その場から逃げるように、エレベーターを使わずに、雑居ビルの階段を駆け下りる。
ビルから出た時、キヨトの背中は冷や汗で湿っていた。
キヨトは、若い女、特に派手で美人な女が苦手だ。
なんとなく値踏みされて、見下されているように感じてしまう。
それに、美人で若い女というだけで、この現代日本では人生はイージーモード〜すくなくともキヨトのように何も持たない若い男よりは価値がある〜なのが、気に食わない。
にも関わらず、そうした真実を指摘することは、モテナイ男のヒガミとされて、大っぴらには言えないのがまた腹ただしい。
それどころか、「日本の女は未だに差別されている」と声高に主張する意見もネットではよく見られる。
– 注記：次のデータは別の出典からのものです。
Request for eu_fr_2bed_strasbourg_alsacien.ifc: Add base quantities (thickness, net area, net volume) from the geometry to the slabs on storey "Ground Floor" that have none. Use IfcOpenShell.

First a look at what the model holds.

```python
import ifcopenshell
import ifcopenshell.util.element
import ifcopenshell.util.unit

model = ifcopenshell.open("eu_fr_2bed_strasbourg_alsacien.ifc")
print(model.schema)
for unit_type in ("LENGTHUNIT", "AREAUNIT", "VOLUMEUNIT"):
    print(unit_type, ifcopenshell.util.unit.calculate_unit_scale(model, unit_type))
storey = next(s for s in model.by_type("IfcBuildingStorey") if s.Name == "Ground Floor")
slabs = [e for e in ifcopenshell.util.element.get_decomposition(storey) if e.is_a("IfcSlab")]
for e in sorted(slabs, key=lambda e: e.id()):
    print(e.id(), e.is_a(), e.Name, list(ifcopenshell.util.element.get_psets(e, qtos_only=True)), sep=" | ")
```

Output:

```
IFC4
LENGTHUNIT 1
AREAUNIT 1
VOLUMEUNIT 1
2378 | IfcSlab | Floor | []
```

```python
import ifcopenshell
import ifcopenshell.api.pset
import ifcopenshell.geom
import ifcopenshell.util.element
import ifcopenshell.util.shape
import ifcopenshell.util.unit

model = ifcopenshell.open("eu_fr_2bed_strasbourg_alsacien.ifc")
unit_scale = ifcopenshell.util.unit.calculate_unit_scale(model)
area_scale = ifcopenshell.util.unit.calculate_unit_scale(model, "AREAUNIT")
volume_scale = ifcopenshell.util.unit.calculate_unit_scale(model, "VOLUMEUNIT")
settings = ifcopenshell.geom.settings()

storey = next(s for s in model.by_type("IfcBuildingStorey") if s.Name == "Ground Floor")
slabs = [e for e in ifcopenshell.util.element.get_decomposition(storey) if e.is_a("IfcSlab")]

for e in sorted(slabs, key=lambda e: e.id()):
    if ifcopenshell.util.element.get_psets(e, qtos_only=True, should_inherit=False):
        continue
    # Geometry comes back in metres, in the element's own axes.
    shape = ifcopenshell.geom.create_shape(settings, e)
    values = {
        "Width": ifcopenshell.util.shape.get_z(shape.geometry) / unit_scale,
        "NetArea": ifcopenshell.util.shape.get_footprint_area(shape.geometry) / area_scale,
        "NetVolume": ifcopenshell.util.shape.get_volume(shape.geometry) / volume_scale,
    }
    qto = ifcopenshell.api.pset.add_qto(model, product=e, name="Qto_SlabBaseQuantities")
    ifcopenshell.api.pset.edit_qto(model, qto=qto, properties=values)
    print(e.id(), {k: round(v, 3) for k, v in values.items()})

model.write("eu_fr_2bed_strasbourg_alsacien_updated.ifc")
```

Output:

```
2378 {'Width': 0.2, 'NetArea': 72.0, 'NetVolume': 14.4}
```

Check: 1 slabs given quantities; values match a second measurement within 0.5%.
そんな訳あるか・・・美人な女は男よりはるかに楽をしているじゃないか。
例えば、男だったら、ヒモと揶揄されるが、女ならば無職で子供がいなくとも、専業主婦として、社会が許容する。
それに、精神疾患になる割合は女の方が男より2倍以上高いにもかかわらず、自殺率は男の方がはるかに高い。
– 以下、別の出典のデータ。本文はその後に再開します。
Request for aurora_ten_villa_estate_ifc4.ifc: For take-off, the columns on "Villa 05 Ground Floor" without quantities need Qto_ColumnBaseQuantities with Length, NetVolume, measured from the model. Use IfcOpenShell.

First a look at what the model holds.

```python
import ifcopenshell
import ifcopenshell.util.element
import ifcopenshell.util.unit

model = ifcopenshell.open("aurora_ten_villa_estate_ifc4.ifc")
print(model.schema)
for unit_type in ("LENGTHUNIT", "AREAUNIT", "VOLUMEUNIT"):
    print(unit_type, ifcopenshell.util.unit.calculate_unit_scale(model, unit_type))
storey = next(s for s in model.by_type("IfcBuildingStorey") if s.Name == "Villa 05 Ground Floor")
columns = [e for e in ifcopenshell.util.element.get_decomposition(storey) if e.is_a("IfcColumn")]
for e in sorted(columns, key=lambda e: e.id()):
    print(e.id(), e.is_a(), e.Name, list(ifcopenshell.util.element.get_psets(e, qtos_only=True)), sep=" | ")
```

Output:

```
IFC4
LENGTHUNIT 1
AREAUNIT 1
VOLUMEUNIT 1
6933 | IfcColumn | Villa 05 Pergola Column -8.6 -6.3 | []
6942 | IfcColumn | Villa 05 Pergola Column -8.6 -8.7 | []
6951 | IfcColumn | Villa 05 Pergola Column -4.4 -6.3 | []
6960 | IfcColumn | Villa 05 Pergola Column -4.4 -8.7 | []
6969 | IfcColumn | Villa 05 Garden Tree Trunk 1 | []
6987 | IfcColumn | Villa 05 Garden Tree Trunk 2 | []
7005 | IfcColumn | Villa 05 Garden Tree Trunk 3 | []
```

```python
import ifcopenshell
import ifcopenshell.api.pset
import ifcopenshell.geom
import ifcopenshell.util.element
import ifcopenshell.util.shape
import ifcopenshell.util.unit

model = ifcopenshell.open("aurora_ten_villa_estate_ifc4.ifc")
unit_scale = ifcopenshell.util.unit.calculate_unit_scale(model)
volume_scale = ifcopenshell.util.unit.calculate_unit_scale(model, "VOLUMEUNIT")
settings = ifcopenshell.geom.settings()

storey = next(s for s in model.by_type("IfcBuildingStorey") if s.Name == "Villa 05 Ground Floor")
columns = [e for e in ifcopenshell.util.element.get_decomposition(storey) if e.is_a("IfcColumn")]

for e in sorted(columns, key=lambda e: e.id()):
    if ifcopenshell.util.element.get_psets(e, qtos_only=True, should_inherit=False):
        continue
    # Geometry comes back in metres, in the element's own axes.
    shape = ifcopenshell.geom.create_shape(settings, e)
    values = {
        "Length": ifcopenshell.util.shape.get_z(shape.geometry) / unit_scale,
        "NetVolume": ifcopenshell.util.shape.get_volume(shape.geometry) / volume_scale,
    }
    qto = ifcopenshell.api.pset.add_qto(model, product=e, name="Qto_ColumnBaseQuantities")
    ifcopenshell.api.pset.edit_qto(model, qto=qto, properties=values)
    print(e.id(), {k: round(v, 3) for k, v in values.items()})

model.write("aurora_ten_villa_estate_ifc4_updated.ifc")
```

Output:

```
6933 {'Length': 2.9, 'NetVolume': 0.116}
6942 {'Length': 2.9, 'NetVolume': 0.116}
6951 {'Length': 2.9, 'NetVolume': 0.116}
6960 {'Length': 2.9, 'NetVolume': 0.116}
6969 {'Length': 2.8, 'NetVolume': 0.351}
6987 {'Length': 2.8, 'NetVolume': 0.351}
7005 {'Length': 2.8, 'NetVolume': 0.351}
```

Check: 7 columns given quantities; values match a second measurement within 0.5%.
キヨトは、こういった自分の意見を正当化してくれる情報をネットから探し出しては、女への妬みをつのらせていた。
くそ・・さっきの女もどうせメンヘラの甘ったれだろう・・俺はこんな苦労しているってのに・・・
そう思いながらも、いざ若くて綺麗な女を目にすると、ビビって萎縮してしまう。
さっきの女も、地味目でおとなしい外見だったのに、美人で若い女というだけで、この様だ。
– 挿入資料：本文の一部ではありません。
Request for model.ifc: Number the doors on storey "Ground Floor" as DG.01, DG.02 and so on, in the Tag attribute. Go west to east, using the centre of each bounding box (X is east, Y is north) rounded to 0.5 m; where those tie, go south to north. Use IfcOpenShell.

First a look at what the model holds.

```python
import ifcopenshell
import ifcopenshell.util.element
import ifcopenshell.util.placement

model = ifcopenshell.open("model.ifc")
print(model.schema)
storey = next(s for s in model.by_type("IfcBuildingStorey") if s.Name == "Ground Floor")
doors = [e for e in ifcopenshell.util.element.get_decomposition(storey) if e.is_a("IfcDoor")]
for e in sorted(doors, key=lambda e: e.id()):
    origin = ifcopenshell.util.placement.get_local_placement(e.ObjectPlacement)[:3, 3]
    print(e.id(), e.Tag, e.Name, origin.round(2) + 0.0, sep=" | ")
```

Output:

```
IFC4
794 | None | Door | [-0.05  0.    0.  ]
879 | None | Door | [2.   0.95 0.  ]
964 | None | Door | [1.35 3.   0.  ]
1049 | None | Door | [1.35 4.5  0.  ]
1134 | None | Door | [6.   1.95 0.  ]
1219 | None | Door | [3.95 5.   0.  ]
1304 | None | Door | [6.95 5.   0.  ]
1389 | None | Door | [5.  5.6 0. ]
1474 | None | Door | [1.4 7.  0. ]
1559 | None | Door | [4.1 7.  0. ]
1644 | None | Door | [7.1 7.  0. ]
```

```python
import ifcopenshell
import ifcopenshell.geom
import ifcopenshell.util.element
import ifcopenshell.util.shape

model = ifcopenshell.open("model.ifc")
settings = ifcopenshell.geom.settings()
settings.set("use-world-coords", True)


def centre(element):
    shape = ifcopenshell.geom.create_shape(settings, element)
    return ifcopenshell.util.shape.get_bbox_centroid(shape.geometry)


storey = next(s for s in model.by_type("IfcBuildingStorey") if s.Name == "Ground Floor")
doors = [e for e in ifcopenshell.util.element.get_decomposition(storey) if e.is_a("IfcDoor")]

# Insertion points can sit at a corner or the storey origin, so sort by the geometry (in metres).
centres = {e: centre(e) for e in doors}
doors.sort(key=lambda e: (round(centres[e][0] / 0.5), centres[e][1]))

for i, e in enumerate(doors, start=1):
    number = f"DG.{i:02d}"
    e.Tag = number
    print(e.id(), number)

model.write("model_rev.ifc")
```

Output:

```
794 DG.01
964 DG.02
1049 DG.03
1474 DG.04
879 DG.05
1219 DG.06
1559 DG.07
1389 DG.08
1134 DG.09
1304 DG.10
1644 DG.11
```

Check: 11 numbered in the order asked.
そんな、自分がなんとも情けなく感じてしまい、余計にイライラしてしまう。
先程もらった薬の処方箋を掴んで、苛立しげにコンビニのゴミ箱に向かって、乱暴に投げ捨てる。
こんなのは必要ない。薬代は千円はかかるし、
なにより・・仮病に、薬は必要ない。
仮病がバレることなど万が一にもないと思っていても、やはり堂々と嘘を突くのは、どうにも緊張する。
小賢しい知恵は回るが、所詮は、自分は小心者に過ぎないということをこういうときに身にしみる。
一芝居を打って、無事診断書を貰い、これでまた自由な生活を続けることができる。
そう思うと、先程の苛立ちは収まり、久しぶりにわずかばかりの開放感を感じることができた。
いつもは、どこかに寄り道して、金を無駄遣いするようなことなどしないが、今日は特別だ。
一仕事終えた後の、ご褒美とばかりに、キヨトは、近くのカフェに入る。
しかし、カフェに入った途端、その選択を後悔することになる。
どこにでもあるチェーン店、その中でもとりわけオシャレではないチェーンを選んだつもりだった。
だが、大学が近くにあるという場所柄なのか、周りは、洒落た服を身にまとった自分と同世代の若い男女で溢れていた。
彼ら彼女たちに、劣等感を刺激されて、先程感じていたせっかくの開放感は吹き飛んでしまった。
自分がこいつらのように、友達や恋人とカフェで過ごす未来など、どう考えても叶いそうにない。
いや・・・俺は、こんな愚かな奴らとは違うんだ。
どうせこいつらは、将来ブラック企業の社畜になるだけだ。
こんなくだらない時間を過ごさずに、俺は未来のために、もっと時間を有意義に使って、勉強にあてるんだ。
そのために、こんな精神科に通って、うつ病のフリをして、学校を休学してるんじゃないか・・・
キヨトは、自分にそう言い聞かせる。
だが、もう一人の自分が、心の内でこう囁く。
お前は学校にすら行けない、友達も彼女もいない単なる引きこもりじゃないか・・・と。
同世代の人間の笑い声が聞こえるたびに、心の中のその声は大きくなってくる。
こんなところにいてもしょうがない・・さっさと家に帰ろう・・・
まだカップに半分以上残っているコーヒーを置いて、キヨトは、席を立ち、店を後にする。